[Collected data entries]

********

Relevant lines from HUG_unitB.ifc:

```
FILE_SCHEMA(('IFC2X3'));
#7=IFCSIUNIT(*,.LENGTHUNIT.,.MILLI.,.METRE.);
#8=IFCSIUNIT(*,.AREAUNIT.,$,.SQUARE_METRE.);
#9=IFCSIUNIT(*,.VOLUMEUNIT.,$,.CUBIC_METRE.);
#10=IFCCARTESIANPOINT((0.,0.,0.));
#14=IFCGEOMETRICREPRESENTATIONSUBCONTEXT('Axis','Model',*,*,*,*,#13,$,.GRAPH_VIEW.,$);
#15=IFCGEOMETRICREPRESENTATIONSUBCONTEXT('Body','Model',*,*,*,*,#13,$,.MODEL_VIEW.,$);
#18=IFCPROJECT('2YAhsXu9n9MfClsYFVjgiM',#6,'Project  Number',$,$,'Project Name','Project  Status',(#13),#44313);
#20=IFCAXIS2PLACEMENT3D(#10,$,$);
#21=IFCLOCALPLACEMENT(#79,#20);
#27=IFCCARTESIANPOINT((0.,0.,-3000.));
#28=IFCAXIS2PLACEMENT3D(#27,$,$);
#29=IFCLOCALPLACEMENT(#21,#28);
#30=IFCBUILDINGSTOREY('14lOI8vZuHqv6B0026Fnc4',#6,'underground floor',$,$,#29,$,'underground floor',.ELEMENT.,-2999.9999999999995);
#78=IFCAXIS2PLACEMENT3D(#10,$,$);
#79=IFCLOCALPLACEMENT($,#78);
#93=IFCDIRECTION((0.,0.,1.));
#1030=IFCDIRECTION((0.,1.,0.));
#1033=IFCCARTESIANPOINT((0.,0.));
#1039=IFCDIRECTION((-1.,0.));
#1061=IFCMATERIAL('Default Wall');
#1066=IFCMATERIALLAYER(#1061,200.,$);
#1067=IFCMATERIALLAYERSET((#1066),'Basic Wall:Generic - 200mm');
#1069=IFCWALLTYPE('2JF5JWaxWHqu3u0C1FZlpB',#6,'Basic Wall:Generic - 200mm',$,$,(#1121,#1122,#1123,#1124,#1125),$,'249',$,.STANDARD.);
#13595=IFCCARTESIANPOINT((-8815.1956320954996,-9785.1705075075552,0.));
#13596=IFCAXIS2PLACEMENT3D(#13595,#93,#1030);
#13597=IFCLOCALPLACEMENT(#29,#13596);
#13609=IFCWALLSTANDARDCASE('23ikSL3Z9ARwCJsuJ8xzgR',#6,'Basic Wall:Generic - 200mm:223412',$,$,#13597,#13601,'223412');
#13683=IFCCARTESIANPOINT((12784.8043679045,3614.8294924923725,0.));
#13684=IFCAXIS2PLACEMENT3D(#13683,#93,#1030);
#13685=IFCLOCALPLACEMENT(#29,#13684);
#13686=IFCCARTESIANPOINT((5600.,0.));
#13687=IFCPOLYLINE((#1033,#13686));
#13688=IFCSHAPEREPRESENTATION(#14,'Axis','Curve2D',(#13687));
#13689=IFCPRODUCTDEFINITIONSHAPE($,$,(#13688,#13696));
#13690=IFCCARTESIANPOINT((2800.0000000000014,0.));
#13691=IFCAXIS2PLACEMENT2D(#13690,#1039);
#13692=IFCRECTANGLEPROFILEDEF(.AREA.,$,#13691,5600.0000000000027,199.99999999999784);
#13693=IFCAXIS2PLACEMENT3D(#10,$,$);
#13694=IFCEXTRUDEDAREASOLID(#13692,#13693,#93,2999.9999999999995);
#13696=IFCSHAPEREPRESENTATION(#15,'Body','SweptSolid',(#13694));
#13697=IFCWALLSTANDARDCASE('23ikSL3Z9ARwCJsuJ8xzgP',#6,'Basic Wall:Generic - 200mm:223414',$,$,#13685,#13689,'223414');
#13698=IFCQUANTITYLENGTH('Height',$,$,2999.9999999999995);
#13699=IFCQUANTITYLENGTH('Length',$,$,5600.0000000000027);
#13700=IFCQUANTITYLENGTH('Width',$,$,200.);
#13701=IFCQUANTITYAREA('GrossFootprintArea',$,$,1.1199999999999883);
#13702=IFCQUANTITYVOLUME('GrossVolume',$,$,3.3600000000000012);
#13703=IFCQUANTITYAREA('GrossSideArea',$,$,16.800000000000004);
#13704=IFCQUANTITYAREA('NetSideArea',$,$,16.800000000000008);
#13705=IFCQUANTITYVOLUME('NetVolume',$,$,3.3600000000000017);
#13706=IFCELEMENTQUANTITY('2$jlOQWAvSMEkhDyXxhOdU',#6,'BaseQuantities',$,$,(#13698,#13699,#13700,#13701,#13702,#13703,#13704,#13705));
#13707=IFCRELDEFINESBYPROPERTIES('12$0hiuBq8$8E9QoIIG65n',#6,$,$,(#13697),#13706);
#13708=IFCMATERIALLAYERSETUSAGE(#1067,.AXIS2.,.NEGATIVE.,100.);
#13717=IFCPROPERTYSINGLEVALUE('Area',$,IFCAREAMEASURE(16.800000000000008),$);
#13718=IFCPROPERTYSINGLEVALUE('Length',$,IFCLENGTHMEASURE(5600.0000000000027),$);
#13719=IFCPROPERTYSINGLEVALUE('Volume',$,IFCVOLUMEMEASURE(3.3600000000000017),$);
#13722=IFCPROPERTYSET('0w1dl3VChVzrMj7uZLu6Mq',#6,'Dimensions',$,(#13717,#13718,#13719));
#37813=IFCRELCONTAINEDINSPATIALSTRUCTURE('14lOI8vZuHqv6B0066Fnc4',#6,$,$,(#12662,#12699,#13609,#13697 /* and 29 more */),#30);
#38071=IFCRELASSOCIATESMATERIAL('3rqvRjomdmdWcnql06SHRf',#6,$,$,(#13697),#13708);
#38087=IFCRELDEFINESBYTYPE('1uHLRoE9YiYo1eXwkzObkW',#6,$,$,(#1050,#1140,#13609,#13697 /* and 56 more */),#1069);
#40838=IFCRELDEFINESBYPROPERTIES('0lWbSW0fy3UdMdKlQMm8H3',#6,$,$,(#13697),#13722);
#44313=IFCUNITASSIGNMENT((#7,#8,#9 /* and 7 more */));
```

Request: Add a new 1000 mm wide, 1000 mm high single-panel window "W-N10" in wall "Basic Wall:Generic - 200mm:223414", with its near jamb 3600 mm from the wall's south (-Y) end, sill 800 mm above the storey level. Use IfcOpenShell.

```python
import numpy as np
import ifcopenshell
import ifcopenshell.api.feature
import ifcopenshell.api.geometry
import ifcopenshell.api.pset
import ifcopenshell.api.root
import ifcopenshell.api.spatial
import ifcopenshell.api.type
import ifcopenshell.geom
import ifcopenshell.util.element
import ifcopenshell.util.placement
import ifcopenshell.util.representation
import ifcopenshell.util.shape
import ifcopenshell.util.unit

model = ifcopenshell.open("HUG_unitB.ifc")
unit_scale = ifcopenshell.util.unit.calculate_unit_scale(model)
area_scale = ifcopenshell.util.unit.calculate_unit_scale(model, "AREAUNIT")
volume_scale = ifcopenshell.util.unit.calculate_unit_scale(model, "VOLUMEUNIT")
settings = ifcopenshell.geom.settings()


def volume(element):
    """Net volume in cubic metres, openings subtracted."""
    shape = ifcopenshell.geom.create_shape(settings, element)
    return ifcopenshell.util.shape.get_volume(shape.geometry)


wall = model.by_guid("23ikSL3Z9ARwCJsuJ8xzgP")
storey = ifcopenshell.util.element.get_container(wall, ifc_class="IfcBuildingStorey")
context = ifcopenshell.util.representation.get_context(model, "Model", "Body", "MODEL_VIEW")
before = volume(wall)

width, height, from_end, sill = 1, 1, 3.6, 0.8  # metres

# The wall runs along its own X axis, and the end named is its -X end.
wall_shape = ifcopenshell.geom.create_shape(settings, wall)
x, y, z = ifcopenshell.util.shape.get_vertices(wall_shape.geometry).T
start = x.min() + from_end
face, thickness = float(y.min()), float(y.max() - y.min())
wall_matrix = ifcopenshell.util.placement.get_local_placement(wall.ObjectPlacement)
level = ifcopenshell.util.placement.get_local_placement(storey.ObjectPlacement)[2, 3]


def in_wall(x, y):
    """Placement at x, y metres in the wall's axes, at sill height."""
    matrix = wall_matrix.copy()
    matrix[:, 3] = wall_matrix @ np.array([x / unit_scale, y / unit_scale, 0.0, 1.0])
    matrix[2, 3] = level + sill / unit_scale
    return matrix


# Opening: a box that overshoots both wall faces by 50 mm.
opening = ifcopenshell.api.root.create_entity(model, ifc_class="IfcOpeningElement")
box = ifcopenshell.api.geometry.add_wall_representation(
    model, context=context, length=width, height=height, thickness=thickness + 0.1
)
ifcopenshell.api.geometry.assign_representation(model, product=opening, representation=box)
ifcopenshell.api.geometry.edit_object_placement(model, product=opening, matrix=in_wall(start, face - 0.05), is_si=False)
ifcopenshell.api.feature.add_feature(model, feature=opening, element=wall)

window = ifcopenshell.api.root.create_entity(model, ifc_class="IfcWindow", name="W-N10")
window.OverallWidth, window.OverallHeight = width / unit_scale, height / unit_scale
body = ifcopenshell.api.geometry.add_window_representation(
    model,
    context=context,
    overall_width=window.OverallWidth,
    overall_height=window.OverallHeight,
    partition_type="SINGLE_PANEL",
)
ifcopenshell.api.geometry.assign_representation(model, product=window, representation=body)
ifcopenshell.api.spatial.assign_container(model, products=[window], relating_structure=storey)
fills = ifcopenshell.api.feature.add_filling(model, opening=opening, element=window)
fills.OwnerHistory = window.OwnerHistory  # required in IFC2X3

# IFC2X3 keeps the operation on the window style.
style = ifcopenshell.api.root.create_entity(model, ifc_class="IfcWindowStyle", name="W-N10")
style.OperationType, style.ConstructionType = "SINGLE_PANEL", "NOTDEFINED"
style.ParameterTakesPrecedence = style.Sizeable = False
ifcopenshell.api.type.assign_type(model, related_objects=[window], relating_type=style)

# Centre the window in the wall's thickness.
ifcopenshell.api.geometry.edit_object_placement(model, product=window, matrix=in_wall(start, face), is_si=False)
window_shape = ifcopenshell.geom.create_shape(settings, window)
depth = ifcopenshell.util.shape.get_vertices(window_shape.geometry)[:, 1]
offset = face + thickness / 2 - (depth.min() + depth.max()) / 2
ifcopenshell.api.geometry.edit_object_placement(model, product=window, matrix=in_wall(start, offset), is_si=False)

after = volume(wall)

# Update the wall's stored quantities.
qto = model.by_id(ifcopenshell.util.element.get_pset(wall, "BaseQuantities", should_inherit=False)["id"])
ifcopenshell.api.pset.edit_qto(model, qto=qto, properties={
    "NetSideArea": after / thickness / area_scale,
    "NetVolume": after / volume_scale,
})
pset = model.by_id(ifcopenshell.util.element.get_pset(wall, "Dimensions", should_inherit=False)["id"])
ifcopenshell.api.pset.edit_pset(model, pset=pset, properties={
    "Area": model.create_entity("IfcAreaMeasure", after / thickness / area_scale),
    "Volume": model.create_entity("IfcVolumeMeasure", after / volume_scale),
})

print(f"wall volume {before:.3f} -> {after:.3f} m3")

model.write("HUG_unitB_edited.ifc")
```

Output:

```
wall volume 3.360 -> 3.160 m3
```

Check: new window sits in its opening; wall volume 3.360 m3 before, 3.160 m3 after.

********

▶ **Problem to work on**:
All lines above that hold the string "IFCSHAPEREPRESENTATION" should be copied.

▶ **Final answer**:
#13688=IFCSHAPEREPRESENTATION(#14,'Axis','Curve2D',(#13687));
#13696=IFCSHAPEREPRESENTATION(#15,'Body','SweptSolid',(#13694));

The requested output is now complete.